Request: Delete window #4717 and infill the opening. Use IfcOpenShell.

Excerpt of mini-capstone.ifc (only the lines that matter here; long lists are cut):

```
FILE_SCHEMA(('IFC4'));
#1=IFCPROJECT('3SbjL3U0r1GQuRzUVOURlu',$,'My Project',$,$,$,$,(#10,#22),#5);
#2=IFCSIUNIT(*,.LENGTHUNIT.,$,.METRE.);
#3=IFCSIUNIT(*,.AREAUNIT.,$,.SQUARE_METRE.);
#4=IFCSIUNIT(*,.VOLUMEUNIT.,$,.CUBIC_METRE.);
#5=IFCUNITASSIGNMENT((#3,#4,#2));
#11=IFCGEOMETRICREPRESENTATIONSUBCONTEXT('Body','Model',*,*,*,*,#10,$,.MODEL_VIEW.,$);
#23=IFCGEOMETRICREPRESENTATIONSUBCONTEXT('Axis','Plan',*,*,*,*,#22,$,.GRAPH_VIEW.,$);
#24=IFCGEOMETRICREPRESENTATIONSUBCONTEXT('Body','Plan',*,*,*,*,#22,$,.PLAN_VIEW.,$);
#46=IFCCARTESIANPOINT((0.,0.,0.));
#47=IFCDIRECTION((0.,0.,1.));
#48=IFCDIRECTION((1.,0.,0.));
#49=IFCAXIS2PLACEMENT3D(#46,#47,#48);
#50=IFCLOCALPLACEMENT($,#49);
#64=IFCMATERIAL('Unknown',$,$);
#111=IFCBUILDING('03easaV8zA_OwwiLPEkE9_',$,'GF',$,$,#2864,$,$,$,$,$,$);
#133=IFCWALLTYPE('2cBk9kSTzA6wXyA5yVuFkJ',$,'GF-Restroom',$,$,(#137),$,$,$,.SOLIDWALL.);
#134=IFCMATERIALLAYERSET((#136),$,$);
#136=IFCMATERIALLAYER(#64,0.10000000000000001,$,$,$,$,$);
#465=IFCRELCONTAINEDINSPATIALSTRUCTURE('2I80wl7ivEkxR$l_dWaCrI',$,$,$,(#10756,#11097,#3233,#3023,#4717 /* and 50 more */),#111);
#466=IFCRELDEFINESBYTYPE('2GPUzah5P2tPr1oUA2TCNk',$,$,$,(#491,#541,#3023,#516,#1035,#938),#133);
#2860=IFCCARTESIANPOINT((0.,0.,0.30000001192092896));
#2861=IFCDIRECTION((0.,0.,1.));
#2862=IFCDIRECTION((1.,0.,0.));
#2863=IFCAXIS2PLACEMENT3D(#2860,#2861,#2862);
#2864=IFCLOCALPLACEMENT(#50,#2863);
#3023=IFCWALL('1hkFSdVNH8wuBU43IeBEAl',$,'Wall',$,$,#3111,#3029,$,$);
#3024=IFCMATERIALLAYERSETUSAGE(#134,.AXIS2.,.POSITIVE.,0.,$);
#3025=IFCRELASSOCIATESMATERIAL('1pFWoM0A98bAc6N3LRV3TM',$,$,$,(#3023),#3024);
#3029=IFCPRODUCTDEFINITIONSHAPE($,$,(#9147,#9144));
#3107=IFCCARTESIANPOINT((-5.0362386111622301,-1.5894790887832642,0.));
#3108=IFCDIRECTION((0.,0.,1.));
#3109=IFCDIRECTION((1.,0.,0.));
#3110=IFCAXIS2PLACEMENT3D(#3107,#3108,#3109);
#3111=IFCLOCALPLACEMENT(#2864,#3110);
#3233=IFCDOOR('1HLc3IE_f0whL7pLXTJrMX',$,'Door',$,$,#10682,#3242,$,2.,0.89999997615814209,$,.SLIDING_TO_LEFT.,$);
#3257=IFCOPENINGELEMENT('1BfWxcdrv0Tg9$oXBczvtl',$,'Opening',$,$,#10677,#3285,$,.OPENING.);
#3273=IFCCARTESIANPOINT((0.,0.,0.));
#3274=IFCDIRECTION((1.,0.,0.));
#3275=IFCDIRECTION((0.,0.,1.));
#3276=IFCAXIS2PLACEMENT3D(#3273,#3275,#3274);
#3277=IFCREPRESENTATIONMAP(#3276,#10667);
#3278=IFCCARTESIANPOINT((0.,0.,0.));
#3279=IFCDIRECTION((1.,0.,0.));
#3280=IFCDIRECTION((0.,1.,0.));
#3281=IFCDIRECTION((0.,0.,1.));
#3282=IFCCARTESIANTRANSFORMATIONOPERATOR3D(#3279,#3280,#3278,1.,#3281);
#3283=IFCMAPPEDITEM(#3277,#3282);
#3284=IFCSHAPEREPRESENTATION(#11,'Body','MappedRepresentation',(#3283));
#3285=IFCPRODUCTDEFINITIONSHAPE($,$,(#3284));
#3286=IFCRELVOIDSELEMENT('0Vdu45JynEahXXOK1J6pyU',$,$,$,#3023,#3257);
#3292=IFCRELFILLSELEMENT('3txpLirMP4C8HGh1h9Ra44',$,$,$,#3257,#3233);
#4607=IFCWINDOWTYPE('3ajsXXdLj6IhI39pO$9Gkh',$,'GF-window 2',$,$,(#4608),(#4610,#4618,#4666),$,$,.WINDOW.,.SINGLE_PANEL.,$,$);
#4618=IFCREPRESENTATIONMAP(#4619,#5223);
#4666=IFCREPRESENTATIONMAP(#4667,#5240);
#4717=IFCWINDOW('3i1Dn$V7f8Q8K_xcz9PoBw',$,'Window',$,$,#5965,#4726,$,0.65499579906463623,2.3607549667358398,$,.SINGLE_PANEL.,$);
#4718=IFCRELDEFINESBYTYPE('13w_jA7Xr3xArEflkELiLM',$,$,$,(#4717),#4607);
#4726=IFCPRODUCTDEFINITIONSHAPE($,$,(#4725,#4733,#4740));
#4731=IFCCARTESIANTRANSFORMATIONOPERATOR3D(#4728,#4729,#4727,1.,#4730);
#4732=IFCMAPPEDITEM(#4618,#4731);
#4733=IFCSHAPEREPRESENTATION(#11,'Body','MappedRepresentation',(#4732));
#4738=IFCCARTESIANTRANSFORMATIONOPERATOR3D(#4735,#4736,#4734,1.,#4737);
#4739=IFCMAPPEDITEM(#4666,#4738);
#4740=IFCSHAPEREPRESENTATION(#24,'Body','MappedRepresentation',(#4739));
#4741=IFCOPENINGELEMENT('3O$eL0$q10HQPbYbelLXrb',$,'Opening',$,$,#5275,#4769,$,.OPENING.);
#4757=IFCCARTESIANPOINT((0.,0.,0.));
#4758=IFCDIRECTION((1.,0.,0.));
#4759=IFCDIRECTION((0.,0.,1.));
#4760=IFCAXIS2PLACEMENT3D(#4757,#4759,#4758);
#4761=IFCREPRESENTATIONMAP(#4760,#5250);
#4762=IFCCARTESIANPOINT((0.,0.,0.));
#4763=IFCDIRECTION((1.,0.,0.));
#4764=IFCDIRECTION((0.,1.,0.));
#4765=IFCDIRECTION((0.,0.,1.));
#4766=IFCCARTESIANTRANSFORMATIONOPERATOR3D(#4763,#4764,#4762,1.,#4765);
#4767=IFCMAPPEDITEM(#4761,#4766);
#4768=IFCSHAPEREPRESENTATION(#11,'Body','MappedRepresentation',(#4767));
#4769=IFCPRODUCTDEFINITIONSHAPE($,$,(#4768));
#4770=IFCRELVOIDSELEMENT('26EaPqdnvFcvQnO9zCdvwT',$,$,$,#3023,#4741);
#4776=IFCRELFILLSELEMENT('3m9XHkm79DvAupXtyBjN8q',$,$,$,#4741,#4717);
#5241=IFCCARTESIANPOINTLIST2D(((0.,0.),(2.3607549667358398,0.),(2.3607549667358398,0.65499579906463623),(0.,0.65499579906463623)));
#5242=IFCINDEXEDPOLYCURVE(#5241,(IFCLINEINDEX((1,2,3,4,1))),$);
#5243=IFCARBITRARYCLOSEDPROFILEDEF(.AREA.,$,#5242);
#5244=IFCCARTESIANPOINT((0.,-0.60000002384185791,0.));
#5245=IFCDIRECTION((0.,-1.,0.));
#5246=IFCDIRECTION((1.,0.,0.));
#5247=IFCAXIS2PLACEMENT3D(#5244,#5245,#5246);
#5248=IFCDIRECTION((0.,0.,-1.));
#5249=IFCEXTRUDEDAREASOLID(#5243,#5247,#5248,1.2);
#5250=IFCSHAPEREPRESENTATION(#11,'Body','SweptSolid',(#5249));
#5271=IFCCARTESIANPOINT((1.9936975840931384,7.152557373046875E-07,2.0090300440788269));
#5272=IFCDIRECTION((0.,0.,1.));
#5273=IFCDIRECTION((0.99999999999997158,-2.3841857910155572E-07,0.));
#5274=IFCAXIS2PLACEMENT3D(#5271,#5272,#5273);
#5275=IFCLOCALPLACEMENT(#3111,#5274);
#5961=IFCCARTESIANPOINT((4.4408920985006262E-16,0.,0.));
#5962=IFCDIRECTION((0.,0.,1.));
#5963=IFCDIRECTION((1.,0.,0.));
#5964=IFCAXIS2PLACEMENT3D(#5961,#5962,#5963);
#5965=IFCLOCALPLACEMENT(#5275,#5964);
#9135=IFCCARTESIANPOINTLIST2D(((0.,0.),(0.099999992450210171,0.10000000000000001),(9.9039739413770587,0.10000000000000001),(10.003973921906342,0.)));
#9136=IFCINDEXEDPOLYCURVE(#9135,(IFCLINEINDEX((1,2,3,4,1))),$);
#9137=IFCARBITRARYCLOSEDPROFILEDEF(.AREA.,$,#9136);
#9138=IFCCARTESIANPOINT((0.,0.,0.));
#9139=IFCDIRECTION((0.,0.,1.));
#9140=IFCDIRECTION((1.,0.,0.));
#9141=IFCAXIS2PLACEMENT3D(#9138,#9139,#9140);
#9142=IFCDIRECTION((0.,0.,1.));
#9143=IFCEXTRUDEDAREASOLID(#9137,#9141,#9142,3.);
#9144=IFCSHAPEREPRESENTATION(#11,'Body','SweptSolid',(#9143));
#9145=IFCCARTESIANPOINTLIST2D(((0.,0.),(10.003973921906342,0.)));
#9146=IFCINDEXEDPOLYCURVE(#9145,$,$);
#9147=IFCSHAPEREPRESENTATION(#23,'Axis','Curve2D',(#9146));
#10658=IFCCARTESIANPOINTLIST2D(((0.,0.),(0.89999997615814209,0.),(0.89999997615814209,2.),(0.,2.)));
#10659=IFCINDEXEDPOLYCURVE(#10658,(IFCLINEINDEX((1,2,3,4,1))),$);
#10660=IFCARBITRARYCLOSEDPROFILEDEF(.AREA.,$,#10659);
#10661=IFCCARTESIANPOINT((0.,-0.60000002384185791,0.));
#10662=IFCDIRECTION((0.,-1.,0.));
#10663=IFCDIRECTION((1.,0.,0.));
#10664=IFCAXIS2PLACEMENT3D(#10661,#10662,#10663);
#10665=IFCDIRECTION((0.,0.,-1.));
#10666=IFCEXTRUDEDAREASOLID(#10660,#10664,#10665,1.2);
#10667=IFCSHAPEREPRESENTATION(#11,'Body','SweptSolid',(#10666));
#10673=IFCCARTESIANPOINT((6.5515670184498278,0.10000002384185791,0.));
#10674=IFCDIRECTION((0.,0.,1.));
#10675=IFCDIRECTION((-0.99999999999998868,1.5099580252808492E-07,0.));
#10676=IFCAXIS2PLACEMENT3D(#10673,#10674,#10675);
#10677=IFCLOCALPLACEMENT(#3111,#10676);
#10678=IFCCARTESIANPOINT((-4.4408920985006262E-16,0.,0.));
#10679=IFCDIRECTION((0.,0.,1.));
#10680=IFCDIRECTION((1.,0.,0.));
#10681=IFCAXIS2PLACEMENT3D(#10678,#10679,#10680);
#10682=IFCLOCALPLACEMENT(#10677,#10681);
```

```python
import ifcopenshell
import ifcopenshell.api.feature
import ifcopenshell.api.root
import ifcopenshell.geom
import ifcopenshell.util.shape

model = ifcopenshell.open("mini-capstone.ifc")
settings = ifcopenshell.geom.settings()


def volume(element):
    """Net volume in cubic metres, openings subtracted."""
    shape = ifcopenshell.geom.create_shape(settings, element)
    return ifcopenshell.util.shape.get_volume(shape.geometry)


window = model.by_guid("3i1Dn$V7f8Q8K_xcz9PoBw")
opening = window.FillsVoids[0].RelatingOpeningElement
wall = opening.VoidsElements[0].RelatingBuildingElement
before = volume(wall)

ifcopenshell.api.root.remove_product(model, product=window)
ifcopenshell.api.feature.remove_feature(model, feature=opening)

after = volume(wall)

print(f"wall volume {before:.3f} -> {after:.3f} m3")

model.write("mini-capstone_edited.ifc")
```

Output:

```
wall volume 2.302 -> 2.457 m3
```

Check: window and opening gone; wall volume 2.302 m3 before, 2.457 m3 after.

PROBLEM DESCRIPTION >>
The job here is to find each line above with the word "SweptSolid" and copy it.

RESPONSE FOR THIS EXERCISE >>
#5250=IFCSHAPEREPRESENTATION(#11,'Body','SweptSolid',(#5249));
#9144=IFCSHAPEREPRESENTATION(#11,'Body','SweptSolid',(#9143));
#10667=IFCSHAPEREPRESENTATION(#11,'Body','SweptSolid',(#10666));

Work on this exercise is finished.